Authentication & authorization in voice driven conversational applications

Trust between two conversing entities is knowing who you are talking to & if they are the appropriate audience.

In traditional software trust is accomplished by user authentication & authorization. Typically employing variety of methods such as username & passwords, two factor authentication, role based access controls. In Graphical UX these mechanisms are well established.

But with emerging Conversational UX, how would one accomplish the same. Most devices have some mechanism for device level authentication & authorization (account linking, oauth etc) but how to ascertain that the one speaking is to be trusted.


There are few use cases that can explored with varying degree of trust.

  • Location Driven Trust
  • Voice Recognized
  • Temporary Passwords
  • Image Recognized

Location Driven Trust

This typically would involve device to be placed in a known location where device is secured by external physical security. A use case could be conference rooms in office say or waiting areas at a mechanic. This would not ensure authentication of users but provide authorization to a pool of users, who all can access some common information such as average wait time at the shop etc but cannot do anything else.

Voice recognized

Such a mechanism would involve recognizing of voice of user by the application to trust them. This has few interesting points

  1. Voice model of users would have to be built based on different modulations in different scenarios, background noise etc
  2. Relies on devices to natively support it

Given this cost of user onboarding would be relatively high & unless supported by device provider natively, it will be difficult to implement. There are some interesting 3rd party providers who can help but that would be an added component.

Temporary passwords

Relying on good old authentication mechanism, here the voice driven application would generate temporary tokens or passwords which can be associated with user’s identity. Access to these can be granted using say a RSA ID like device or some app. This method can be useful in short duration transactions such as making a payment, changing an appointment or preparing a reservation.

Image Recognized

In human interactions, people recognize & trust what they see.

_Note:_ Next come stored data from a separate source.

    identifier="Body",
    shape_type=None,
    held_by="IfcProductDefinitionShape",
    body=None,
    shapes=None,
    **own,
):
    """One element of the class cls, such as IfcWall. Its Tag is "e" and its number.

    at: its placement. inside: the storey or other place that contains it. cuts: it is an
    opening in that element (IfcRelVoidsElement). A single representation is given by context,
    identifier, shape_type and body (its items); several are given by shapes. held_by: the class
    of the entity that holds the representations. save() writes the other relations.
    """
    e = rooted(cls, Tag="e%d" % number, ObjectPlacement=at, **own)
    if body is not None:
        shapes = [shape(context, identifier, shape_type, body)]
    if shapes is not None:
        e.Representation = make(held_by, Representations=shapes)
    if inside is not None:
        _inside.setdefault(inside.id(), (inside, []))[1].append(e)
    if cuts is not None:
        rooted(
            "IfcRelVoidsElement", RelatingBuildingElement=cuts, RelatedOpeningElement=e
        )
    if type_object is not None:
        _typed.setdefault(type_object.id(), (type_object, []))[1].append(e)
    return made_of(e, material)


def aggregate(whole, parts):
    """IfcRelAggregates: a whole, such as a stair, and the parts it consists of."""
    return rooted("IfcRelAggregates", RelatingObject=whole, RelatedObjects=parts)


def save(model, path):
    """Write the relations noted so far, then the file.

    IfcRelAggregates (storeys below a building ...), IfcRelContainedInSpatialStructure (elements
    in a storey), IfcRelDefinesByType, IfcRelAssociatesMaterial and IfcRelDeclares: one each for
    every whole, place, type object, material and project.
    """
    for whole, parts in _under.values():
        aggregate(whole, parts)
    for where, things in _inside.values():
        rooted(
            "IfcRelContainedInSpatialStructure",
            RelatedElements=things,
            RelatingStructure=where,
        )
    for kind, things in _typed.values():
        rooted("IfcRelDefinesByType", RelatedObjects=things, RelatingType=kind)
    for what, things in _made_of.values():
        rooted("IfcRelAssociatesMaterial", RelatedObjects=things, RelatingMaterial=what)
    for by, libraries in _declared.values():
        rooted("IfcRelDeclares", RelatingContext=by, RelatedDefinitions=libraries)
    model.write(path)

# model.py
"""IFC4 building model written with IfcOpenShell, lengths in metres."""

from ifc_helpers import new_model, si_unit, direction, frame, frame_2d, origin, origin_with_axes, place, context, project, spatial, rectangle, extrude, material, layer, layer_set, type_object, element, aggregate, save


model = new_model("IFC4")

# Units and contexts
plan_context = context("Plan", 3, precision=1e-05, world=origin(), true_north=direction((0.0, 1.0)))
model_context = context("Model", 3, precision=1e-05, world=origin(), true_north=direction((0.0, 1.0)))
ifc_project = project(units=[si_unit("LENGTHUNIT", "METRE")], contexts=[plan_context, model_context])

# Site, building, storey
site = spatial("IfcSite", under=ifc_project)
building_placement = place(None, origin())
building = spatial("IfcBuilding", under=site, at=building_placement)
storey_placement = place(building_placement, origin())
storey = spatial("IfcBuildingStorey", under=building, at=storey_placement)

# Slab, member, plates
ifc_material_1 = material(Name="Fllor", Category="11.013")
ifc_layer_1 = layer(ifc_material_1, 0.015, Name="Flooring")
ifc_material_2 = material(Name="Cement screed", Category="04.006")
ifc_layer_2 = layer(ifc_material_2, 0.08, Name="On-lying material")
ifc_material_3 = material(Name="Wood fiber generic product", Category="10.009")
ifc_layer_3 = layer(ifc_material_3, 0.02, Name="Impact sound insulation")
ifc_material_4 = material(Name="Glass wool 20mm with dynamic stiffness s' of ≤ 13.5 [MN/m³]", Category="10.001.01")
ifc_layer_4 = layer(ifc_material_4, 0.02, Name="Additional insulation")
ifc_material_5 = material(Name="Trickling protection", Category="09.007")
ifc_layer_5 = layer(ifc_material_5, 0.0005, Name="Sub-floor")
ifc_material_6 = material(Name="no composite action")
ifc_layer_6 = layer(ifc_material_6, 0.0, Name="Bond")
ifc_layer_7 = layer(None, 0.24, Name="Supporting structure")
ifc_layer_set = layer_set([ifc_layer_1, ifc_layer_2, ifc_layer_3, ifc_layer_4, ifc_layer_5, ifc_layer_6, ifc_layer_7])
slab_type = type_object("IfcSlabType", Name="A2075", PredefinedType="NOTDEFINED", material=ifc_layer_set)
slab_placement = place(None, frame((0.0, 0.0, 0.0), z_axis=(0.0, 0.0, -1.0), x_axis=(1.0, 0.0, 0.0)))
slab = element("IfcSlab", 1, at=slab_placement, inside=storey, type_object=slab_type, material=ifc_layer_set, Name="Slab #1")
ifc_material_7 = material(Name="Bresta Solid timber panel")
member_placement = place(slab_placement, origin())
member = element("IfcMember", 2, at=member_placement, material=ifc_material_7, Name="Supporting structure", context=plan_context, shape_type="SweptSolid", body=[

This would involve use of an additive device that can be triggered when user interacts with say Google Home or Echo to capture picture which then be used to recognize the user or capture their motion to establish trust.

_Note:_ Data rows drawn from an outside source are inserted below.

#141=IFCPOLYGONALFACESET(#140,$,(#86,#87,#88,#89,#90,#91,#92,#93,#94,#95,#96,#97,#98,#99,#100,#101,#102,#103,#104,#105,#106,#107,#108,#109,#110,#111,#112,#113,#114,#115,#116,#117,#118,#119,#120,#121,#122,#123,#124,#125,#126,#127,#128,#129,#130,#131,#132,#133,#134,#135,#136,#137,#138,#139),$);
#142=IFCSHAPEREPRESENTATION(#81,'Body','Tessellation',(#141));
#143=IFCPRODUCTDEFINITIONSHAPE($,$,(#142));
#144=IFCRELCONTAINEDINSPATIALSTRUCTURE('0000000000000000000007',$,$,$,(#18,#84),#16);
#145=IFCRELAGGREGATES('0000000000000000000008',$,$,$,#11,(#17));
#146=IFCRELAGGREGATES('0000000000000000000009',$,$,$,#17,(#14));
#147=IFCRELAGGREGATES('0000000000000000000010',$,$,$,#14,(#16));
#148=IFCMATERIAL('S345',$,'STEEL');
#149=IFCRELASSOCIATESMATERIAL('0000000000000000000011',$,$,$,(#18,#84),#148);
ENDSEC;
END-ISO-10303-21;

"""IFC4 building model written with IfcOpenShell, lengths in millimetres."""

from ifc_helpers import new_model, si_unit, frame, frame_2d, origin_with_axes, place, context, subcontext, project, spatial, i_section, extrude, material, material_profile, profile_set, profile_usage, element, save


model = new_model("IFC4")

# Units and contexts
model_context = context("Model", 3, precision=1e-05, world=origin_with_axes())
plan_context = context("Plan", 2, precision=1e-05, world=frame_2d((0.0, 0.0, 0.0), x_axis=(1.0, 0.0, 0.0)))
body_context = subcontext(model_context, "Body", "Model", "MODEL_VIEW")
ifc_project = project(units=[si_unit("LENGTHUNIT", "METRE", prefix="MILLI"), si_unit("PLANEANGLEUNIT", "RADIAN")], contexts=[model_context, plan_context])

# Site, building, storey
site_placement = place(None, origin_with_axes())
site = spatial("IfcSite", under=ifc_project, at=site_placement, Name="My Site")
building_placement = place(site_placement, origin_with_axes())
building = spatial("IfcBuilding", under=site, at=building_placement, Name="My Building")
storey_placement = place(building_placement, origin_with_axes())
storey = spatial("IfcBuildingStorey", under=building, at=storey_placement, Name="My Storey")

Like voice based method it would also require training model of users images. But unlike voice based training this would be simpler given that it would not burden users in recording audio & their is enough data set available via social media or other photo applications. This method provides greater degree of trust, given the application user is conversing with, can trigger continued checks & can be used for long running transactions.


These are suggestions on how security could be approached in voice driven applications. With a new medium it opens many challenges & opportunities, in contrast to visual UX driven applications.